Der Verfassungsgerichtshof hat zu der Frage, welche Daten des Messvorganges erforderlich sind, um eine valide nachträgliche Überprüfung von Geschwindigkeitsmessungen zu ermöglichen, drei Sachverständige angehört, nämlich Prof. Dr. Andreas Schütze (Universität des Saarlandes), Dr. Dirk Ratschko (Physikalisch-Technische Bundesanstalt) und Dr. Johannes Priester (forensisch tätiger Verkehrssachverständiger). Sachverständig beraten ist der VerfGH Saarbrücken zur Auffassung gelangt, dass die derzeit von dem Gerät TraffiStar S 350 gespeicherten Daten keine zuverlässige nachträgliche Kontrolle des Messergebnisses erlauben, eine solche aber bei einer – ohne größeren Aufwand technisch möglichen – Speicherung der sog. Rohmessdaten möglich wäre.

Der VerfGH Saarbrücken hat der Verfassungsbeschwerde des Kraftfahrers stattgegeben.

Nach Auffassung des Verfassungsgerichtshofes verletzen die angegriffenen Entscheidungen die Grundrechte des Beschwerdeführers auf ein faires Verfahren und effektive Verteidigung.
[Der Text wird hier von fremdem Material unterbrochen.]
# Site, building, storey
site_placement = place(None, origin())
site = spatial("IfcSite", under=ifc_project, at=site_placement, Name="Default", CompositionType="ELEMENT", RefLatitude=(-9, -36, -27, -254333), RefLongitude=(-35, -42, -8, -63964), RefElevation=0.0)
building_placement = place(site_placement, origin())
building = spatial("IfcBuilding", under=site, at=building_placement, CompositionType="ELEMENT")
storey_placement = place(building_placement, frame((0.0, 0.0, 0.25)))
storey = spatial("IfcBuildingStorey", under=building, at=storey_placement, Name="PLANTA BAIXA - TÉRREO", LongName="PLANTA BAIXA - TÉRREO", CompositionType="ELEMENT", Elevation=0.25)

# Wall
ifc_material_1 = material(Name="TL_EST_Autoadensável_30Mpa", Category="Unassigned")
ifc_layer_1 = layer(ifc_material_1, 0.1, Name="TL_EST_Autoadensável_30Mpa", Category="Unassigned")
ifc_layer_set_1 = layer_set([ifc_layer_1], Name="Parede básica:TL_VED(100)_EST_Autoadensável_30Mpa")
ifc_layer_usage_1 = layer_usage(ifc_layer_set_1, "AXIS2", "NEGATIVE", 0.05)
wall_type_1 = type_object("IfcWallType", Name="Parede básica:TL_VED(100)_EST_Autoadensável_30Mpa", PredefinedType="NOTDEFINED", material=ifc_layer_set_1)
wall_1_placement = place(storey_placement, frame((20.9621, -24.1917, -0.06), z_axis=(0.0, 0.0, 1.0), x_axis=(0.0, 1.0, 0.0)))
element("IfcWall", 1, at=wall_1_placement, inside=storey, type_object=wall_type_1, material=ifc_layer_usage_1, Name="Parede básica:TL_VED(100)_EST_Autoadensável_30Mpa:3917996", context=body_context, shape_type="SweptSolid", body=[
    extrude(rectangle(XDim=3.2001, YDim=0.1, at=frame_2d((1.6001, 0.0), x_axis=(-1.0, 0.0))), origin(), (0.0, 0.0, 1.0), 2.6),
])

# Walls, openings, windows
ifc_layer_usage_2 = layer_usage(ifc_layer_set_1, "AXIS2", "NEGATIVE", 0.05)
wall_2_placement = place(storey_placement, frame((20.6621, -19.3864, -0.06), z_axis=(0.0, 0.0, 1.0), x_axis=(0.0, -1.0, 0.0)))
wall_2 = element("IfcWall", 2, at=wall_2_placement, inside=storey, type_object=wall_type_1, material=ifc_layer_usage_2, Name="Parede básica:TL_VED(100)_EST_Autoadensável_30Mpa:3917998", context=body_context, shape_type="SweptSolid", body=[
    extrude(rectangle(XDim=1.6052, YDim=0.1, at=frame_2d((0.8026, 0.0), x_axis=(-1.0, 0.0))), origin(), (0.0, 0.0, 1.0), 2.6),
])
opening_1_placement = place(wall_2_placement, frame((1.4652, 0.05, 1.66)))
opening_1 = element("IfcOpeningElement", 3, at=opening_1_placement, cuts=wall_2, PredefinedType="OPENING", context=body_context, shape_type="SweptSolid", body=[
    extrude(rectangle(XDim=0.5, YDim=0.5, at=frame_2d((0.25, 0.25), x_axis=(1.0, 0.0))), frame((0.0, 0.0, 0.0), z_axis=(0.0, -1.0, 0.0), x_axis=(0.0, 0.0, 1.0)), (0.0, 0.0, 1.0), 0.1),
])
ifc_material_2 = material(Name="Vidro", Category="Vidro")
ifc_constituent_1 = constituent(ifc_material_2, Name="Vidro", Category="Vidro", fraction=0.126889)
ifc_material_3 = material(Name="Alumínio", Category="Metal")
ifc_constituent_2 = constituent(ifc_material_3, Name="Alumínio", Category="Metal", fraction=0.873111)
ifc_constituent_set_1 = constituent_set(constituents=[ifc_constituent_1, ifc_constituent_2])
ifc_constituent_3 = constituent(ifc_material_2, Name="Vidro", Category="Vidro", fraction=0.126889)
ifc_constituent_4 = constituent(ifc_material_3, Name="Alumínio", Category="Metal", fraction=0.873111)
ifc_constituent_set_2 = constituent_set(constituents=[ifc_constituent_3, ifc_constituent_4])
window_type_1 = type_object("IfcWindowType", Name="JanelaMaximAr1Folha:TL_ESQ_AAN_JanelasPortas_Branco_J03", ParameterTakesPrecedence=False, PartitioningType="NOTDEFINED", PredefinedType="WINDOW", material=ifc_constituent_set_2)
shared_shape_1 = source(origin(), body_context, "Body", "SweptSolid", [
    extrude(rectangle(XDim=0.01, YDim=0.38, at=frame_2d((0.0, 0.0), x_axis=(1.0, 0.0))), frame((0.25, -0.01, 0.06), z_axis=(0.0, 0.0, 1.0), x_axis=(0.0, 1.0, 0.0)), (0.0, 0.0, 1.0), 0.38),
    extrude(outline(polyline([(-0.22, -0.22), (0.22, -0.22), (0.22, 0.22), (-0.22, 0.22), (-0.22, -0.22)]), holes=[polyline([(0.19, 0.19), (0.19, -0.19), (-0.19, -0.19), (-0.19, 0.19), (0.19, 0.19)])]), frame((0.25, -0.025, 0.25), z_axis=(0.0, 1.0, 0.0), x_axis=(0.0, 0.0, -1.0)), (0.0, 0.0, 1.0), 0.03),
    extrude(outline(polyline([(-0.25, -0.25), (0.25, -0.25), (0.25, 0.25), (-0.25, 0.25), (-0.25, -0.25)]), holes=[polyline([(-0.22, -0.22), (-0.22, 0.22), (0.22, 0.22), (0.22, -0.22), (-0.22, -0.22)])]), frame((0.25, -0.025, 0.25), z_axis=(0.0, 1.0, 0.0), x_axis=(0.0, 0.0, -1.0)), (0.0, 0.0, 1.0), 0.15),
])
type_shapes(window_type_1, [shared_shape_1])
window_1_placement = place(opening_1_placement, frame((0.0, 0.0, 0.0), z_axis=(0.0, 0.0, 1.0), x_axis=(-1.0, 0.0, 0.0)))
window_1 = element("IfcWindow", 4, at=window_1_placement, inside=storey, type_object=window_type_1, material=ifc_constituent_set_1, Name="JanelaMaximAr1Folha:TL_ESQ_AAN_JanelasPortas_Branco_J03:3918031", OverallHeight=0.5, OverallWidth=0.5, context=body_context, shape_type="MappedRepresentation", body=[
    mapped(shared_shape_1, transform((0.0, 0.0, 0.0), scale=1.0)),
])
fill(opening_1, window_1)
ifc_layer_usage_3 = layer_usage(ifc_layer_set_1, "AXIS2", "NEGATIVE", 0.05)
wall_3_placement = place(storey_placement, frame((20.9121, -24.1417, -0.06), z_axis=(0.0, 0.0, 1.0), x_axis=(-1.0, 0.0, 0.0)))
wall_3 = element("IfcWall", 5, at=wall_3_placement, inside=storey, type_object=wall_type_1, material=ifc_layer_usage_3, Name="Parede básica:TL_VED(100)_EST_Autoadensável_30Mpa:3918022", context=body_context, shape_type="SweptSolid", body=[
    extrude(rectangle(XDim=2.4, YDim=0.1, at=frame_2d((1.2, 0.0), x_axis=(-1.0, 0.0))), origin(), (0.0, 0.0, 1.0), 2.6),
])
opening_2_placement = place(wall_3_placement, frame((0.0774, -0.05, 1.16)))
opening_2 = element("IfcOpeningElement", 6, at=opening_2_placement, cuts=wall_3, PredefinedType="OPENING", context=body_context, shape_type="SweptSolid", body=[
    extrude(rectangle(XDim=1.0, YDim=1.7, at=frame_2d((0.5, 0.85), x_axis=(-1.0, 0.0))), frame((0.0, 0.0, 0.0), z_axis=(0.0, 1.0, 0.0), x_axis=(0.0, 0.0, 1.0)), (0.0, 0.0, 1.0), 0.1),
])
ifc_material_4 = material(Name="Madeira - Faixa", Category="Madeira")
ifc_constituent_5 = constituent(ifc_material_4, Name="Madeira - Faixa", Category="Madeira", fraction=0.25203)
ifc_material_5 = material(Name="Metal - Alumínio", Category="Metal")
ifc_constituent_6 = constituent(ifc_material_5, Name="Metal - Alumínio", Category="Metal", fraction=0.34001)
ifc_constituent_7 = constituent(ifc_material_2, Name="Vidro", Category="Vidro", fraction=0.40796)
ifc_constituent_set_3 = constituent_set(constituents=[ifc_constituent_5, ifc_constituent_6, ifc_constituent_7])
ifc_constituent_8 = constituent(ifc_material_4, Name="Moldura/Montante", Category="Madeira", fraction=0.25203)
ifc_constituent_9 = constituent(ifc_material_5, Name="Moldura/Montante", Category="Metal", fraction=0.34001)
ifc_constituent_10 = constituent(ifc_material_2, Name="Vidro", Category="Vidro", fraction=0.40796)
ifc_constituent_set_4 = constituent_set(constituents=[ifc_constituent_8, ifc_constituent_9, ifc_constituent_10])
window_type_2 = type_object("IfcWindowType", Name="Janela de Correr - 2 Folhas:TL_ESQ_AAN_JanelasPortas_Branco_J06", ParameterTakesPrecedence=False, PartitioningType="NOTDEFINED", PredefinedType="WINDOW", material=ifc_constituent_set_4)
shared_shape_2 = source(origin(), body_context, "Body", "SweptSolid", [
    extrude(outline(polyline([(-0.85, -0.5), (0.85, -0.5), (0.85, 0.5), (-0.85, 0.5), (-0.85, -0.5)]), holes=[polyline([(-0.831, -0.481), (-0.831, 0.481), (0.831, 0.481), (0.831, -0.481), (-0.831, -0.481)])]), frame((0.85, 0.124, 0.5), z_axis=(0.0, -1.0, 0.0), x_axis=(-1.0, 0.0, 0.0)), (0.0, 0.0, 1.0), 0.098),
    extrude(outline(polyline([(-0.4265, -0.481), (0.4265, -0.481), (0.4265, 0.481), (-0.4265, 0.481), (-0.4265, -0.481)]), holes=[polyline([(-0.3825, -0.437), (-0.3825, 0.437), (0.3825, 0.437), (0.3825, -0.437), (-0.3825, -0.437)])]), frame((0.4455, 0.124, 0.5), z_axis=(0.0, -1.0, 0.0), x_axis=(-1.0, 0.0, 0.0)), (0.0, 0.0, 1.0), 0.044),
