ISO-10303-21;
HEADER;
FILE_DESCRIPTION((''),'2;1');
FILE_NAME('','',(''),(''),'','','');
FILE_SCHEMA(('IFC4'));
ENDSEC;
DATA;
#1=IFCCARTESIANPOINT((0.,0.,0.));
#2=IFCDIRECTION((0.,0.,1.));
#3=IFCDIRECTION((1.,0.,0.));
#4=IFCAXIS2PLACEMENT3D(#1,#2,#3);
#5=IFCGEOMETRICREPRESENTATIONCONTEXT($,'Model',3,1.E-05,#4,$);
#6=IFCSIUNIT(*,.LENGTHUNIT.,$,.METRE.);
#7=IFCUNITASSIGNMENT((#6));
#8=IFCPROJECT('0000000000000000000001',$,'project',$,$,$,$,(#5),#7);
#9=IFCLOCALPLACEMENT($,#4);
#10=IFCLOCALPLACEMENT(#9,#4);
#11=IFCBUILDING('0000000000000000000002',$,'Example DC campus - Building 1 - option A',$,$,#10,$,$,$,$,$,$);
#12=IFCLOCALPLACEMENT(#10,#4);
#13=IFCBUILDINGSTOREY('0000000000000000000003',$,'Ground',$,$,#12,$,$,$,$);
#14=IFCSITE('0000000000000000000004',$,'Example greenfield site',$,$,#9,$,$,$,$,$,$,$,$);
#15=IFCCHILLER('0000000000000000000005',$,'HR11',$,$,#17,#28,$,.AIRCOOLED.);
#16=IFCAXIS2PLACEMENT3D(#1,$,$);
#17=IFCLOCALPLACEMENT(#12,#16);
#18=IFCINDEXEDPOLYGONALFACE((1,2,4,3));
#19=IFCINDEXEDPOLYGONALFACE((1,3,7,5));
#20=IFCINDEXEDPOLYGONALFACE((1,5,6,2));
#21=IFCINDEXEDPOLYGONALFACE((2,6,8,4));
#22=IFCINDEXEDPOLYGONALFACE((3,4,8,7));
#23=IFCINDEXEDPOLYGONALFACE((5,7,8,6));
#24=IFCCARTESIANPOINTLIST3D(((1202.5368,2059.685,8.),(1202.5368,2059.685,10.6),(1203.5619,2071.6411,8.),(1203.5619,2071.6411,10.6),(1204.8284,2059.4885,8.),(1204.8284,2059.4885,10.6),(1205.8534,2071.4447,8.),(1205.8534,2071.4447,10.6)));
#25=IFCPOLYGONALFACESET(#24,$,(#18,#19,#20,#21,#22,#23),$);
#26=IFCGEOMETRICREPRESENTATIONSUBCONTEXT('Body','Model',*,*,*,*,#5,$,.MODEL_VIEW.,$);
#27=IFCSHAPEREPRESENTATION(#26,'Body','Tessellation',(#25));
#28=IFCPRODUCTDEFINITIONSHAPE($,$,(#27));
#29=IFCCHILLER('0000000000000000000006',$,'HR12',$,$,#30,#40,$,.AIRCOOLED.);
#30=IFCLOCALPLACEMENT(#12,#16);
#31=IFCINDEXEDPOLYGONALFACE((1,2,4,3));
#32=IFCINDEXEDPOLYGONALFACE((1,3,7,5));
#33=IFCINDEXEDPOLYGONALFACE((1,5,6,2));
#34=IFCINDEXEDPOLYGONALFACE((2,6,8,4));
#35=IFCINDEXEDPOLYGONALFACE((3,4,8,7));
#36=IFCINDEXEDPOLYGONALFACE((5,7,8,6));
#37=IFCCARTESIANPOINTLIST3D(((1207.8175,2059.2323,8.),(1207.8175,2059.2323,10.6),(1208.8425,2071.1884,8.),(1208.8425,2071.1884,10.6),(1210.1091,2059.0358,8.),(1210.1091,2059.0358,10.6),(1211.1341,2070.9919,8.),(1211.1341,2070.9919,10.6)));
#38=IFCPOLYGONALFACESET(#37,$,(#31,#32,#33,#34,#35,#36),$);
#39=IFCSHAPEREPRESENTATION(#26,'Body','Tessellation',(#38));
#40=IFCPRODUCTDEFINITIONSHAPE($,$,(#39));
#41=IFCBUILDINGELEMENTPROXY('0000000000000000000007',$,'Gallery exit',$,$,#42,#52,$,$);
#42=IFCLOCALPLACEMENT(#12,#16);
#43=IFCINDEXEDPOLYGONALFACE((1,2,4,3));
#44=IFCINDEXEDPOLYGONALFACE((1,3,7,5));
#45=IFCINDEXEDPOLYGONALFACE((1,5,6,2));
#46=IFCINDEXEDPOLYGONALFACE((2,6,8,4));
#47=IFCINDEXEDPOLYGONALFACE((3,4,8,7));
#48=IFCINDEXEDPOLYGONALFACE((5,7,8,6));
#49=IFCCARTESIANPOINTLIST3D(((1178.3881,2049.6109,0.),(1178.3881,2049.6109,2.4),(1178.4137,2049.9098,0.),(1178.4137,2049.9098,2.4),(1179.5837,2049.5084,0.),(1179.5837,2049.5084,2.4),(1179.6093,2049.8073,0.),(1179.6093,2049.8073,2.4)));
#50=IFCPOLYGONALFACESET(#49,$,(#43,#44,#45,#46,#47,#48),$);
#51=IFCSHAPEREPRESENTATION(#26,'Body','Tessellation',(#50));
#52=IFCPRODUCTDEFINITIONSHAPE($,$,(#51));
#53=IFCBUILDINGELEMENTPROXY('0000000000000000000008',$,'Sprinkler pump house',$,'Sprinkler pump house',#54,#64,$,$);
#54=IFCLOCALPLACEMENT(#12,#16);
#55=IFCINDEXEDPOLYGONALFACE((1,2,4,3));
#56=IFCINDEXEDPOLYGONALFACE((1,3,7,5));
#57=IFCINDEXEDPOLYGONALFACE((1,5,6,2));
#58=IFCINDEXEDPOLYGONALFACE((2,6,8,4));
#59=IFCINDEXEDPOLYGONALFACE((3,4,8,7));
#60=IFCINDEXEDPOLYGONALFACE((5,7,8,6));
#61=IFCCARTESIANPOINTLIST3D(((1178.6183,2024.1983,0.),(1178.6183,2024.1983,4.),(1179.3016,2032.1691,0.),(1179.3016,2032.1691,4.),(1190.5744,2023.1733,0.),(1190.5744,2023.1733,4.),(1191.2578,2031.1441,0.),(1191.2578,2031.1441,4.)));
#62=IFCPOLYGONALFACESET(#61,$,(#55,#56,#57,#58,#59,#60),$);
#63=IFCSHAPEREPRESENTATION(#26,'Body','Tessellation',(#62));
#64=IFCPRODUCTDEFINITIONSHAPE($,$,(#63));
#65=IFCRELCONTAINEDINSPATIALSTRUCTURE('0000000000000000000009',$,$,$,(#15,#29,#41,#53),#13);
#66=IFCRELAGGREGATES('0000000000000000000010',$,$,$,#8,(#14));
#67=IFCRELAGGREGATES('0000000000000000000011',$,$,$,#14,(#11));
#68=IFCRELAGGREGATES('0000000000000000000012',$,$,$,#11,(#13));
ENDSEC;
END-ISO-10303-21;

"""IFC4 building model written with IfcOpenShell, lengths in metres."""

from ifc_helpers import new_model, si_unit, frame, origin_with_axes, place, context, subcontext, project, spatial, line, indexed_curve, outline, extrude, element, save


model = new_model("IFC4")

# Units and contexts
model_context = context("Model", 3, precision=1e-05, world=origin_with_axes())
body_context = subcontext(model_context, "Body", "Model", "MODEL_VIEW")
ifc_project = project(units=[si_unit("LENGTHUNIT", "METRE")], contexts=[model_context])

# Site, building, storey
site_placement = place(None, origin_with_axes())
site = spatial("IfcSite", under=ifc_project, at=site_placement, Name="Example greenfield site")
building_placement = place(site_placement, origin_with_axes())
building = spatial("IfcBuilding", under=site, at=building_placement, Name="Example DC campus - Building 1 - option A")
storey_placement = place(building_placement, origin_with_axes())
storey = spatial("IfcBuildingStorey", under=building, at=storey_placement, Name="Ground")

# Chillers
for number, where, z_axis, x_axis, name in (
    (1, (1202.5368, 2059.685, 8.0), (0.0, 0.0, 1.0), (0.996345, -0.085417, 0.0), "HR11"),
    (2, (1207.8175, 2059.2323, 8.0), (0.0, 0.0, 1.0), (0.996345, -0.085417, 0.0), "HR12"),
):
    element("IfcChiller", number, at=place(storey_placement, frame(where, z_axis=z_axis, x_axis=x_axis)), inside=storey, Name=name, PredefinedType="AIRCOOLED", context=body_context, shape_type="SweptSolid", body=[
        extrude(outline(indexed_curve([(0.0, 0.0), (2.3, 0.0), (2.3, 12.0), (0.0, 12.0)], segments=[line(1, 2, 3, 4, 1)])), origin_with_axes(), (0.0, 0.0, 1.0), 2.6),
    ])

# Building element proxies
proxy_1_placement = place(storey_placement, frame((1178.3881, 2049.6109, 0.0), z_axis=(0.0, 0.0, 1.0), x_axis=(0.996345, -0.085417, 0.0)))
element("IfcBuildingElementProxy", 3, at=proxy_1_placement, inside=storey, Name="Gallery exit", context=body_context, shape_type="SweptSolid", body=[
    extrude(outline(indexed_curve([(0.0, 0.0), (1.2, 0.0), (1.2, 0.3), (0.0, 0.3)], segments=[line(1, 2, 3, 4, 1)])), origin_with_axes(), (0.0, 0.0, 1.0), 2.4),
])
proxy_2_placement = place(storey_placement, frame((1178.6183, 2024.1983, 0.0), z_axis=(0.0, 0.0, 1.0), x_axis=(0.996345, -0.085417, 0.0)))
element("IfcBuildingElementProxy", 4, at=proxy_2_placement, inside=storey, Name="Sprinkler pump house", ObjectType="Sprinkler pump house", context=body_context, shape_type="SweptSolid", body=[
    extrude(outline(indexed_curve([(0.0, 0.0), (12.0, 0.0), (12.0, 8.0), (0.0, 8.0)], segments=[line(1, 2, 3, 4, 1)])), origin_with_axes(), (0.0, 0.0, 1.0), 4.0),
])

save(model, "model.ifc")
Es werde nicht bezweifelt, dass die Geschwindigkeitsmessung durch das Gerät TraffiStar S 350 ein standardisiertes Messverfahren darstelle. Die mit TraffiStar S 350 gewonnenen Messergebnisse könnten daher durchaus zur Grundlage einer Verurteilung gemacht werden. Wenn sich ein Betroffener jedoch – wie vorliegend – gegen das Messergebnis wende, müsse er die Möglichkeit haben, die Validität der standardisierten Messung zu überprüfen. Das sei auch dann der Fall, wenn er zunächst keinen auf der Hand liegenden Einwand – etwa sich aus dem Lichtbild offenkundig ergebende Unklarheiten – vortragen könne. Denn zu einer wirksamen Verteidigung gehöre auch, nachforschen zu können, ob es bislang nicht bekannte Zweifel an der Tragfähigkeit des Vorwurfes gebe. Dies sei dem Beschwerdeführer aber mangels Speicherung der Rohmessdaten verwehrt.

Da die Ergebnisse des Messverfahrens mit dem Gerät TraffiStar S 350 wegen der verfassungswidrigen Beschränkung des Rechts auf wirksame Verteidigung unverwertbar sind, hat der Verfassungsgerichtshof die angegriffenen Entscheidungen aufgehoben.

Der VerfGH Saarbrücken hat darauf hingewiesen, dass die Entscheidung nur die saarländischen Gerichte im konkreten Fall bindet, er aber in gleich gelagerten Fällen abweichende Entscheidungen saarländischer Gerichte korrigieren wird.